I'd say clutch is out but I hope not they are verry expensive.


----------



## slowzuki (Mar 8, 2011)

From a brief look around it would seem the seals on clutch pack 4 would be gone as it affects all those gears. Do you lose hydraulics in those gears too? I'm not sure what all is on the transmission circuit or if its tapped off the main pump sensing.


----------



## Cbaranch (Jun 17, 2016)

yes this is a power shift no codes showing up. Last year 6th & 8 were slow to engage but do not use other gears that much to notice. I was looking at the manual it talks about a calibration adjustment to the clutch pedal, not sure about making an adjustment at this time I need to do some hay before it goes down.

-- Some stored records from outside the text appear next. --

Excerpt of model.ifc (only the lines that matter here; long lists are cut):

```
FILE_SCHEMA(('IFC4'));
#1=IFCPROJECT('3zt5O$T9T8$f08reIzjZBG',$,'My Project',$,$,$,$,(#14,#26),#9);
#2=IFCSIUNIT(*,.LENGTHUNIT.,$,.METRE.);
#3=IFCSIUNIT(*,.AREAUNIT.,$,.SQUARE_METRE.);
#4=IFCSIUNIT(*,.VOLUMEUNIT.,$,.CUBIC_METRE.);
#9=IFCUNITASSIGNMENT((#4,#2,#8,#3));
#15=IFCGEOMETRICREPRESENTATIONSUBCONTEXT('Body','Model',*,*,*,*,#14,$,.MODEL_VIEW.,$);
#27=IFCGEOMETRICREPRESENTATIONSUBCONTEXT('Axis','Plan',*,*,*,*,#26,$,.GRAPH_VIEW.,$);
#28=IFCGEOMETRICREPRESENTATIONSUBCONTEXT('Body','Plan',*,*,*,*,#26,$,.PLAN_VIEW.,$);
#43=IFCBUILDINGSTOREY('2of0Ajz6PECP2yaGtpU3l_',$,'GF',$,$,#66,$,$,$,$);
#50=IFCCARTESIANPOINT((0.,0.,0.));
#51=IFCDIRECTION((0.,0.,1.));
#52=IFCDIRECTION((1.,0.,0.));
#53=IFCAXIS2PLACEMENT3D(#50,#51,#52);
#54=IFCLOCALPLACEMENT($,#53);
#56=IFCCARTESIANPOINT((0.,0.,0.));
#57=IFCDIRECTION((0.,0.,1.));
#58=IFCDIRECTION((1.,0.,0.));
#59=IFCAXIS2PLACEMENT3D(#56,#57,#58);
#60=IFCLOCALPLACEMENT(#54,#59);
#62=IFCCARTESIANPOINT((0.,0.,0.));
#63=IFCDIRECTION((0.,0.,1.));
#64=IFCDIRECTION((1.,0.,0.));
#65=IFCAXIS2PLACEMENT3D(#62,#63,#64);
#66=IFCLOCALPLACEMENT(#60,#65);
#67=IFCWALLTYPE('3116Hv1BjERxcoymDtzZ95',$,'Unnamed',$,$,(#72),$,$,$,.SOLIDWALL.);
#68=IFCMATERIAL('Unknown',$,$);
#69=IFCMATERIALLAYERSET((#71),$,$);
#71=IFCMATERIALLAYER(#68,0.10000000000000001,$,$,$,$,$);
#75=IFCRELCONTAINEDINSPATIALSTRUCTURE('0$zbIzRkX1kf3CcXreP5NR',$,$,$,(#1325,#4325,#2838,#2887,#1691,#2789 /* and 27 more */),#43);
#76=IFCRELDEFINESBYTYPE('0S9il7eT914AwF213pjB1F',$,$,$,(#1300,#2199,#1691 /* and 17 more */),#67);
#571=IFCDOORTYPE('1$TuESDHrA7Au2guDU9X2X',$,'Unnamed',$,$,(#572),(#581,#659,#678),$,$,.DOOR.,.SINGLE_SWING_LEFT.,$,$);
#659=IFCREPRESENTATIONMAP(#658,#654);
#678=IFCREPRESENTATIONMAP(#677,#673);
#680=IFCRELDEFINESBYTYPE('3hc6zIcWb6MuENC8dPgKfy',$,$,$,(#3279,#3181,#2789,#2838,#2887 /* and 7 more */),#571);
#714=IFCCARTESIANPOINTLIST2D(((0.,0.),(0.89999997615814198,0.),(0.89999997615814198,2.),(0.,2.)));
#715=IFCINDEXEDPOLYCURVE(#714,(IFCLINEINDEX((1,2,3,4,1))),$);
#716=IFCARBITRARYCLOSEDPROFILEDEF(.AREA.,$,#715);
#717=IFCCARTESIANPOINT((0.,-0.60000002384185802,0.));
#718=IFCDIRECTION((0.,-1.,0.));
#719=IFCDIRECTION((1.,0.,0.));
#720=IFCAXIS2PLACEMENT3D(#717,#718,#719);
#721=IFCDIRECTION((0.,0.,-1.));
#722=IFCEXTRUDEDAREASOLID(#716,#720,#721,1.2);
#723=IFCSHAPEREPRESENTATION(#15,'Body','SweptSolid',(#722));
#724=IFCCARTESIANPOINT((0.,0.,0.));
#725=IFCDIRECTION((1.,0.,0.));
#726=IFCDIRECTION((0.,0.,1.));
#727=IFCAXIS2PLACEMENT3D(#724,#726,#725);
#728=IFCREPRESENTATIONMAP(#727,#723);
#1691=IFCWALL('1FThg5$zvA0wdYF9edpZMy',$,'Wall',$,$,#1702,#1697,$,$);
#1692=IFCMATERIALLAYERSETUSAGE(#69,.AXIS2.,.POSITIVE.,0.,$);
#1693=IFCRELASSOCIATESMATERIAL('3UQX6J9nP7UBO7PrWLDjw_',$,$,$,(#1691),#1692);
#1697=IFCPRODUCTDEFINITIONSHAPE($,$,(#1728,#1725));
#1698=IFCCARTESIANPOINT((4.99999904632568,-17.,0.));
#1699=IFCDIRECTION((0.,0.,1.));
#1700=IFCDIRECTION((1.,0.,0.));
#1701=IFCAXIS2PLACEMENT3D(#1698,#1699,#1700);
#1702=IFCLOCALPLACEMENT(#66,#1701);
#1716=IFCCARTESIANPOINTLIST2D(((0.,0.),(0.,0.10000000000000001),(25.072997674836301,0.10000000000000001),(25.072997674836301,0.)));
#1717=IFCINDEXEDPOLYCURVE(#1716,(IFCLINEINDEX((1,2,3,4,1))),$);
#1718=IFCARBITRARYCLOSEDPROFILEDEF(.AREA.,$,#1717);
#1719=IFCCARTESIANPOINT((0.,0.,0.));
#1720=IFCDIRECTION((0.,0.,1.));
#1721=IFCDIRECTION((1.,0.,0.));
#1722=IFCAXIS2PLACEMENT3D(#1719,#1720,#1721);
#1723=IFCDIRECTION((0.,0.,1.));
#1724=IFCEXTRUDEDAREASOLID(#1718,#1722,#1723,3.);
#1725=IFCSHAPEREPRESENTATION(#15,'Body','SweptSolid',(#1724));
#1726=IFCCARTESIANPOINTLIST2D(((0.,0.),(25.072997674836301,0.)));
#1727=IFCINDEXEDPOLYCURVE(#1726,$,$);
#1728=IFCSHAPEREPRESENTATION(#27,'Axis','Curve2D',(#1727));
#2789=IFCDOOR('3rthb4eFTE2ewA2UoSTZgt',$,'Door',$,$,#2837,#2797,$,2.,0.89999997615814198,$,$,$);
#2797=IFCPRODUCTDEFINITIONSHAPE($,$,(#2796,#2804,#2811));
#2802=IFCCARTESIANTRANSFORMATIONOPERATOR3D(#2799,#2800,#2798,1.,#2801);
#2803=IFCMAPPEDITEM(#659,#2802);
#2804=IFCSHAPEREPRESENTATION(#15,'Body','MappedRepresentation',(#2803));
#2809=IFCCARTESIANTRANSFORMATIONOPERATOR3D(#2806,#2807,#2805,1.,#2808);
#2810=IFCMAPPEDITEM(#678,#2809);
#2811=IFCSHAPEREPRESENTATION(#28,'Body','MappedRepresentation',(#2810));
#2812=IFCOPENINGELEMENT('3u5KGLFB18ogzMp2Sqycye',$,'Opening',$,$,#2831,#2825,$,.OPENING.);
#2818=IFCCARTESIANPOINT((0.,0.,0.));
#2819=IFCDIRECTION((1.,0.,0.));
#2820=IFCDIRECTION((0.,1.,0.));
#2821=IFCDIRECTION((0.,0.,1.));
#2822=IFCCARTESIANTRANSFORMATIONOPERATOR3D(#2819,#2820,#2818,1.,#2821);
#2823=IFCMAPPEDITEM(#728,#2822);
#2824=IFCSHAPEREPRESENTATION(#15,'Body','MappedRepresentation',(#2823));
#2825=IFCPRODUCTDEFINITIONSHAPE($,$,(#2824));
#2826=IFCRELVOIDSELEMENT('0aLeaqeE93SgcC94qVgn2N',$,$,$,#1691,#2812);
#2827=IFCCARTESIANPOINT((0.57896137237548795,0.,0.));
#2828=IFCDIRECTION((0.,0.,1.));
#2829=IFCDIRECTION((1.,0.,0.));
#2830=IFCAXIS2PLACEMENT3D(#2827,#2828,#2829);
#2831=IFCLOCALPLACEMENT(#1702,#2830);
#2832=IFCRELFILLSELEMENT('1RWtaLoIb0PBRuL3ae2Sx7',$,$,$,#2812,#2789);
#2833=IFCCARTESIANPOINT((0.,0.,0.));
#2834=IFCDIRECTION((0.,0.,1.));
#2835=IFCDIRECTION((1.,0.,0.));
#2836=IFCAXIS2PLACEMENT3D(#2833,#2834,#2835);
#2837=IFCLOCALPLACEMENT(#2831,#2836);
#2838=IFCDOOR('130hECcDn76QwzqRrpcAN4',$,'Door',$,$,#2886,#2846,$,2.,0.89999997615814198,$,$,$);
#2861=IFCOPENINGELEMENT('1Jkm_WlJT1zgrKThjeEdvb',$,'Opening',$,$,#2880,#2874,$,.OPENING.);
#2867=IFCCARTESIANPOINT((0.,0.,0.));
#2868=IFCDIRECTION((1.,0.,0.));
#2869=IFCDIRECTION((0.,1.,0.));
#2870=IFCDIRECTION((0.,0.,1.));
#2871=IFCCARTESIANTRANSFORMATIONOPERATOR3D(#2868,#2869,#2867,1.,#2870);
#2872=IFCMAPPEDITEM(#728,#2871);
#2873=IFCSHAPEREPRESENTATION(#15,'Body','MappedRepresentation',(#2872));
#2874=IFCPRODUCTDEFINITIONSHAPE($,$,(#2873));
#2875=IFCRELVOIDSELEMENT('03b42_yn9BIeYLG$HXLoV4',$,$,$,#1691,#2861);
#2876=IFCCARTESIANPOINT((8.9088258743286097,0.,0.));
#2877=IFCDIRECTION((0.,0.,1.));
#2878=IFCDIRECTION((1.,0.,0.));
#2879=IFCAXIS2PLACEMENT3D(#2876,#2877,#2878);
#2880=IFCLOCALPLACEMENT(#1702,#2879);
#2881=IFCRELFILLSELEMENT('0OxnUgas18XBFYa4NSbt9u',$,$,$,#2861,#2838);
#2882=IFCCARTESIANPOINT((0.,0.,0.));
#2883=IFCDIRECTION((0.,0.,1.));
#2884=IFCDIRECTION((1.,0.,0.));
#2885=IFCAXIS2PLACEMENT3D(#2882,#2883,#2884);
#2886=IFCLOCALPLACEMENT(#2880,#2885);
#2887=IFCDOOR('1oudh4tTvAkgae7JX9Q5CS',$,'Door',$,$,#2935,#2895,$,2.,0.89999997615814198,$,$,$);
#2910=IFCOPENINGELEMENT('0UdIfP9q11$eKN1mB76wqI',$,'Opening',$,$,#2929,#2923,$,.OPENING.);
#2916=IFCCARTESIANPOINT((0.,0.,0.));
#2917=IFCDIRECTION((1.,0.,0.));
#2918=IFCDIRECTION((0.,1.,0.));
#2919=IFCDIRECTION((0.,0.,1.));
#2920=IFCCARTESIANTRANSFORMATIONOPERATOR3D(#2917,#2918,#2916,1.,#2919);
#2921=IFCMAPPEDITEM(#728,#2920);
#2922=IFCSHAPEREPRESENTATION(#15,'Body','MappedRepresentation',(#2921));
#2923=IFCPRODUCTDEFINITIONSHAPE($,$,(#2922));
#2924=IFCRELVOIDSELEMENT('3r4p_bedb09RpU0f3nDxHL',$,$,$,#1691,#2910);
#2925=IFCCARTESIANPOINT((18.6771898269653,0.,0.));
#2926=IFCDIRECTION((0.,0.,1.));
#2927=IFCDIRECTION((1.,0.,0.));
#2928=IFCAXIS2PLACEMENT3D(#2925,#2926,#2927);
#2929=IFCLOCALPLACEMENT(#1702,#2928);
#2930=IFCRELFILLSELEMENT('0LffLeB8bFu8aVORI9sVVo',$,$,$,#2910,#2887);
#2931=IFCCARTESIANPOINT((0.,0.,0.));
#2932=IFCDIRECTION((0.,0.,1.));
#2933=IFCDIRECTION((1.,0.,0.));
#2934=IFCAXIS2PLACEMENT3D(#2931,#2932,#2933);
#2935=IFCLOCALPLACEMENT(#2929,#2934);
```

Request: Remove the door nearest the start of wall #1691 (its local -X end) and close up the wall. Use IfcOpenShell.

```python
import ifcopenshell
import ifcopenshell.api.feature
import ifcopenshell.api.root
import ifcopenshell.geom
import ifcopenshell.util.shape

model = ifcopenshell.open("model.ifc")
settings = ifcopenshell.geom.settings()


def volume(element):
    """Net volume in cubic metres, openings subtracted."""
    shape = ifcopenshell.geom.create_shape(settings, element)
    return ifcopenshell.util.shape.get_volume(shape.geometry)


door = model.by_id(2789)
opening = door.FillsVoids[0].RelatingOpeningElement
wall = opening.VoidsElements[0].RelatingBuildingElement
before = volume(wall)

ifcopenshell.api.root.remove_product(model, product=door)
ifcopenshell.api.feature.remove_feature(model, feature=opening)

after = volume(wall)

print(f"wall volume {before:.3f} -> {after:.3f} m3")

model.write("model_edited.ifc")
```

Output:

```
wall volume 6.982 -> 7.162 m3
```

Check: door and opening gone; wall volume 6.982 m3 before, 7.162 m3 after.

Just don't want to mess something up by trying to calibrate or using it to continue to work it.


----------



## slowzuki (Mar 8, 2011)

Yes if you haven't run a clutch pack calibration in a while you need to do that.


----------



## slowzuki (Mar 8, 2011)

The pedal itself may calibrate but the main calibration is the transmission clutch packs.


----------



## mlappin (Jun 25, 2009)

We rented a New Holland once, had to do the calibration ourselves as a few gears were very harsh and a few had a lag in em. Just get the manual and follow the directions, it's not that hard to do, my father actually did the calibration and got it right the first time.


----------



## Vol (Jul 5, 2009)

mlappin said:


> Just get the manual and follow the directions, it's not that hard to do, my father actually did the calibration and got it right the first time.


LOL.

Regards, Mike


----------



## rjmoses (Apr 4, 2010)

Also, check the play in the 1-4/5-8 cable and the wiring. Just had to repair/replace mine on my TS110. didn't have 5-8.

Ralph


----------



## Teslan (Aug 20, 2011)

rjmoses said:


> Also, check the play in the 1-4/5-8 cable and the wiring. Just had to repair/replace mine on my TS110. didn't have 5-8.
> 
> Ralph


had to do the same thing on my t6030


----------